(Beginning of Data)
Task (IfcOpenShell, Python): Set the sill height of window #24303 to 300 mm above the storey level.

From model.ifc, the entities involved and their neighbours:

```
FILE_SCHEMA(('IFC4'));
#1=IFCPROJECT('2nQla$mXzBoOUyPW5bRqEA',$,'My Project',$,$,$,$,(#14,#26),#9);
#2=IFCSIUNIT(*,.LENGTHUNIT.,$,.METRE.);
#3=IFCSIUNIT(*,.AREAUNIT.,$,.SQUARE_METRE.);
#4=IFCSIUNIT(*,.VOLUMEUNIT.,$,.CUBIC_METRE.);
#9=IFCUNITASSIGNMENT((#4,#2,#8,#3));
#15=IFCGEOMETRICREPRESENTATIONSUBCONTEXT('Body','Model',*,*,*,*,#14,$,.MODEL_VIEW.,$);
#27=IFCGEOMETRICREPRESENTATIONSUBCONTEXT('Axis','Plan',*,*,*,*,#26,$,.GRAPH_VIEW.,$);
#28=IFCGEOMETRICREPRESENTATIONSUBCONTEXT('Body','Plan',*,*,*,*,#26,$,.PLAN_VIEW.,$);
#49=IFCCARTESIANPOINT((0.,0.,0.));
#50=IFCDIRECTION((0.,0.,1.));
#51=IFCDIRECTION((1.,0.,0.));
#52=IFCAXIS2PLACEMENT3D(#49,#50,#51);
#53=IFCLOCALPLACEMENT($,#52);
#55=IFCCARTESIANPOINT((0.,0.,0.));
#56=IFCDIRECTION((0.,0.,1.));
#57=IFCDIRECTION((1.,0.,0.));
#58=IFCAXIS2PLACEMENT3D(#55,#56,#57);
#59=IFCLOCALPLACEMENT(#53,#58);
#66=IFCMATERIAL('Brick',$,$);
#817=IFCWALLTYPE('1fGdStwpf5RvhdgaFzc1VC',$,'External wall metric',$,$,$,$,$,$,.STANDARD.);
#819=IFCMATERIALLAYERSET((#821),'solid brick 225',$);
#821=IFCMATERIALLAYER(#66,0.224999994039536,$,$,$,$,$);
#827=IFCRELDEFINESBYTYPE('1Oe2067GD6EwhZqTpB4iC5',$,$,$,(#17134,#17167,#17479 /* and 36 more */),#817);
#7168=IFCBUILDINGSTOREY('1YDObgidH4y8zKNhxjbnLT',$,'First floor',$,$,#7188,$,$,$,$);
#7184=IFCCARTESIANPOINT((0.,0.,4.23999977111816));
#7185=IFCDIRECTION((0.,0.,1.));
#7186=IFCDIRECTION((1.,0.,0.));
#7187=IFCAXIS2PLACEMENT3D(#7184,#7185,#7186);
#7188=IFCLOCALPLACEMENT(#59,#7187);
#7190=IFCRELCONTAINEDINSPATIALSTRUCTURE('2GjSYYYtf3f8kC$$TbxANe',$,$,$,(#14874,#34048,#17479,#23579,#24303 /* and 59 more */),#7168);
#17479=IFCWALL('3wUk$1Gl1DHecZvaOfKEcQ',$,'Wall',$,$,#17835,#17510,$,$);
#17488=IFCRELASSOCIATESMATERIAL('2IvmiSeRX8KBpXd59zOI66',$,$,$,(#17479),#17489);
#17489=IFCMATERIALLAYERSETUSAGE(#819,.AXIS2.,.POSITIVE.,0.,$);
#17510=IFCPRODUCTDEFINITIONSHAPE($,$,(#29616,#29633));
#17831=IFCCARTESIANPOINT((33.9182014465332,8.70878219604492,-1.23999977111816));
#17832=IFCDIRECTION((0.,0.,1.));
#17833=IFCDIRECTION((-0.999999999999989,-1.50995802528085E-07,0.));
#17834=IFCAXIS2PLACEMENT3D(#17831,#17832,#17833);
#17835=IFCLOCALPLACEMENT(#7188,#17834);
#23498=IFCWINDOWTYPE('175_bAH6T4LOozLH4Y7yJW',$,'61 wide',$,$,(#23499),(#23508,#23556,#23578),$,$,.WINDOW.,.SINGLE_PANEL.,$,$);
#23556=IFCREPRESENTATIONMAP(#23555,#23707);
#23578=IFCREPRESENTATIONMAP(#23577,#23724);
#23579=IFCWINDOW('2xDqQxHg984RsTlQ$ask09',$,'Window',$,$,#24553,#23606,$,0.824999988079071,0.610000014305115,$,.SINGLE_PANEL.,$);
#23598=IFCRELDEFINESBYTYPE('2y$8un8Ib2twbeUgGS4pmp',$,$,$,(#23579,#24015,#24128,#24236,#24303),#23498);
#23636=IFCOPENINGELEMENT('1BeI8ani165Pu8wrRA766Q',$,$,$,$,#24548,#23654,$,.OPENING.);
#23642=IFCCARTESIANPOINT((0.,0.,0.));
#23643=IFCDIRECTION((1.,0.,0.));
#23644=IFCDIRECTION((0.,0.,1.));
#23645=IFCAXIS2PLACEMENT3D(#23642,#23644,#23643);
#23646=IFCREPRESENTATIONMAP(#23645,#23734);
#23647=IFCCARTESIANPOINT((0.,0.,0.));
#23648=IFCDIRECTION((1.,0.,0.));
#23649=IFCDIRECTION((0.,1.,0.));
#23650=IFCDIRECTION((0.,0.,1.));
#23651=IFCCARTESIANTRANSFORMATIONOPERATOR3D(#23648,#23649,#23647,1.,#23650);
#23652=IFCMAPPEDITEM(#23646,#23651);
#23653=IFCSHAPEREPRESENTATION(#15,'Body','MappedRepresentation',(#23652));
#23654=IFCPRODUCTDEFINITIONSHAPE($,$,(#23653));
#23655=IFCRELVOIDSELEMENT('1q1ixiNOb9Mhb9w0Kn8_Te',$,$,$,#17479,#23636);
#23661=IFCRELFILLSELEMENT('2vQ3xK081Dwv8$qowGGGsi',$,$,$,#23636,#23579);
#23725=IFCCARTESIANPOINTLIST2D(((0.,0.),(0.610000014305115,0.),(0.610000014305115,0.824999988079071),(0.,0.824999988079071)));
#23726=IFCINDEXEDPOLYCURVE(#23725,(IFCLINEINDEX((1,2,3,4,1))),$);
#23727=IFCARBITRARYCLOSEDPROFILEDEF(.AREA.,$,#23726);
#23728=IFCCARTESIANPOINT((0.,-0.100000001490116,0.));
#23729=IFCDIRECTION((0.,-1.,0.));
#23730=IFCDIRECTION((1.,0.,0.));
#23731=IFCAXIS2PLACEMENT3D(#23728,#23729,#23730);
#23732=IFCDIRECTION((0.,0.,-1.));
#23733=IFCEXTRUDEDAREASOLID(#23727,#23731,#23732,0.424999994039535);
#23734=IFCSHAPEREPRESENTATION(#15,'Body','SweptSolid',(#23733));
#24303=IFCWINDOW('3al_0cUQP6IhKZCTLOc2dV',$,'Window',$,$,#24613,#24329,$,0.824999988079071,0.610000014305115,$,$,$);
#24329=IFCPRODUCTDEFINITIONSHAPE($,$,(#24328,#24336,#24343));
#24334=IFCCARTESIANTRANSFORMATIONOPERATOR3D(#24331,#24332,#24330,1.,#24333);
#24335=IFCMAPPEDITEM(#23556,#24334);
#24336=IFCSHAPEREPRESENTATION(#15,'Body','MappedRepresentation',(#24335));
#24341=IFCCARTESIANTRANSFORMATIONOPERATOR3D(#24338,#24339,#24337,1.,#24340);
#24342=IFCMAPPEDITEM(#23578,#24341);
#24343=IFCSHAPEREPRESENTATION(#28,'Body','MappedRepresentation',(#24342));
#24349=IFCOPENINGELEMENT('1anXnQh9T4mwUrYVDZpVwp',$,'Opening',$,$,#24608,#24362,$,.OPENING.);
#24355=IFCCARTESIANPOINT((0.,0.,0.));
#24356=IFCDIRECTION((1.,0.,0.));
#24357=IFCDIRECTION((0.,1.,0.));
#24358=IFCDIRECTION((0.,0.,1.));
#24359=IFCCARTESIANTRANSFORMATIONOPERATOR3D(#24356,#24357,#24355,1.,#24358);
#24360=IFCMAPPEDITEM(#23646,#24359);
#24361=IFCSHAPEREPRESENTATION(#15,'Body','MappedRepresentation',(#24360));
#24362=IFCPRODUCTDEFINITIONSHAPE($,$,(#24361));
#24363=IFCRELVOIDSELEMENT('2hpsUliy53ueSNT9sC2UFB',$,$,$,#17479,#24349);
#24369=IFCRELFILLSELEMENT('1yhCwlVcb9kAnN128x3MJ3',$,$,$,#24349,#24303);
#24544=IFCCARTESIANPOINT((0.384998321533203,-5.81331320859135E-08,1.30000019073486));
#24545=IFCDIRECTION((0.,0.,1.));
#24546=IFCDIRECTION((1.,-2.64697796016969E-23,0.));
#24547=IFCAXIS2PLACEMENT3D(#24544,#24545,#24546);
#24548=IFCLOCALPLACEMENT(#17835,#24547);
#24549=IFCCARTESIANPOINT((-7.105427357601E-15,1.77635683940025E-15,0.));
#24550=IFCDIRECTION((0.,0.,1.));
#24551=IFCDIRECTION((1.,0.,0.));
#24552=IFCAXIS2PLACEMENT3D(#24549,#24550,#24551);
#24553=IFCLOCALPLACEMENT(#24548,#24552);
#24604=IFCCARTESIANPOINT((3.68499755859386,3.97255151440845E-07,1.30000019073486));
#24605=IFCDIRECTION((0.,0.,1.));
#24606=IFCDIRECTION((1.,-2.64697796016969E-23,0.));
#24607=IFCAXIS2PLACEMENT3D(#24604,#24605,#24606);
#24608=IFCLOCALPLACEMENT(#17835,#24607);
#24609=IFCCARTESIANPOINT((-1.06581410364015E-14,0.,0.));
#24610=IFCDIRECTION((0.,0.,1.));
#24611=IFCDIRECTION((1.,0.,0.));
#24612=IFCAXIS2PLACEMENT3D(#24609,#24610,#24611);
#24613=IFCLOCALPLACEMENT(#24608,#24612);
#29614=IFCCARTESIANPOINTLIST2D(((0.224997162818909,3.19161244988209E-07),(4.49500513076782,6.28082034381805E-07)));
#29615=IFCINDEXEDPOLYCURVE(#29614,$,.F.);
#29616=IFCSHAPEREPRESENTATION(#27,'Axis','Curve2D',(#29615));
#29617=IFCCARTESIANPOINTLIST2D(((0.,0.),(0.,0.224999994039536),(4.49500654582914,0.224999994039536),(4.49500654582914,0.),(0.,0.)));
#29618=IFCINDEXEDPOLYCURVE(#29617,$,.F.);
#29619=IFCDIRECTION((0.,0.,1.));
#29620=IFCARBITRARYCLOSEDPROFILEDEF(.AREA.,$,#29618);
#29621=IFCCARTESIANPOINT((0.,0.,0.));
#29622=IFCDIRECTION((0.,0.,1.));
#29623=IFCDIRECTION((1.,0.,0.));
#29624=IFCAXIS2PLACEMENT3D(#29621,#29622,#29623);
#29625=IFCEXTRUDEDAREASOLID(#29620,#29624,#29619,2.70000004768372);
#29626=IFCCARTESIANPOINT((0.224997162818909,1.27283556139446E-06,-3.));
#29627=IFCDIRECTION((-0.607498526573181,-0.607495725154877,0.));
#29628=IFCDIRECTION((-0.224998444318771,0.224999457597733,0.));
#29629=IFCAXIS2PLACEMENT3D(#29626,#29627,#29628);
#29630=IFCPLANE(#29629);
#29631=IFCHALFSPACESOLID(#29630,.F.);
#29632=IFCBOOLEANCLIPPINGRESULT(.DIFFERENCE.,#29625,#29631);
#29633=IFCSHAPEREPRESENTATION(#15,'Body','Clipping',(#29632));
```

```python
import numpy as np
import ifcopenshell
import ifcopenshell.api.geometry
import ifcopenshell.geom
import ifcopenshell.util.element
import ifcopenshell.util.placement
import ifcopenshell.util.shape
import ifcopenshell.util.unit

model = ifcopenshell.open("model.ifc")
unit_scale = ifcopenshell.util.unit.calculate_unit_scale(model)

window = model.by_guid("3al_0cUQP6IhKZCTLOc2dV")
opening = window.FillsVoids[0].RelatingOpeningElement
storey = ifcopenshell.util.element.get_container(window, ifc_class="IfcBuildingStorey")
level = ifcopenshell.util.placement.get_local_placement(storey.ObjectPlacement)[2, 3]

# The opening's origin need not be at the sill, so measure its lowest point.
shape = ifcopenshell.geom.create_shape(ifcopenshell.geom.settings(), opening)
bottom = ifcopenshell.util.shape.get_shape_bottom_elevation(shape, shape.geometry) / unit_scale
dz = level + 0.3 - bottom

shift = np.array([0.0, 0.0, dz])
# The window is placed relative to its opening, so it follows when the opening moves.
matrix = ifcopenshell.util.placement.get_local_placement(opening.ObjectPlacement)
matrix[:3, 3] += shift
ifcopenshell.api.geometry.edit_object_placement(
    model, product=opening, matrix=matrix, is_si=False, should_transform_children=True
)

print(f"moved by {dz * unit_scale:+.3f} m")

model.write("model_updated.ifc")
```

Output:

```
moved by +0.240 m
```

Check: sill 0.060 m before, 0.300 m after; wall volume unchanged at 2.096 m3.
(End of Data)
## [Brief]
Copy all lines of the records in which the string "IFCLOCALPLACEMENT" can be found.

## [Written answer]
#53=IFCLOCALPLACEMENT($,#52);
#59=IFCLOCALPLACEMENT(#53,#58);
#7188=IFCLOCALPLACEMENT(#59,#7187);
#17835=IFCLOCALPLACEMENT(#7188,#17834);
#24548=IFCLOCALPLACEMENT(#17835,#24547);
#24553=IFCLOCALPLACEMENT(#24548,#24552);
#24608=IFCLOCALPLACEMENT(#17835,#24607);
#24613=IFCLOCALPLACEMENT(#24608,#24612);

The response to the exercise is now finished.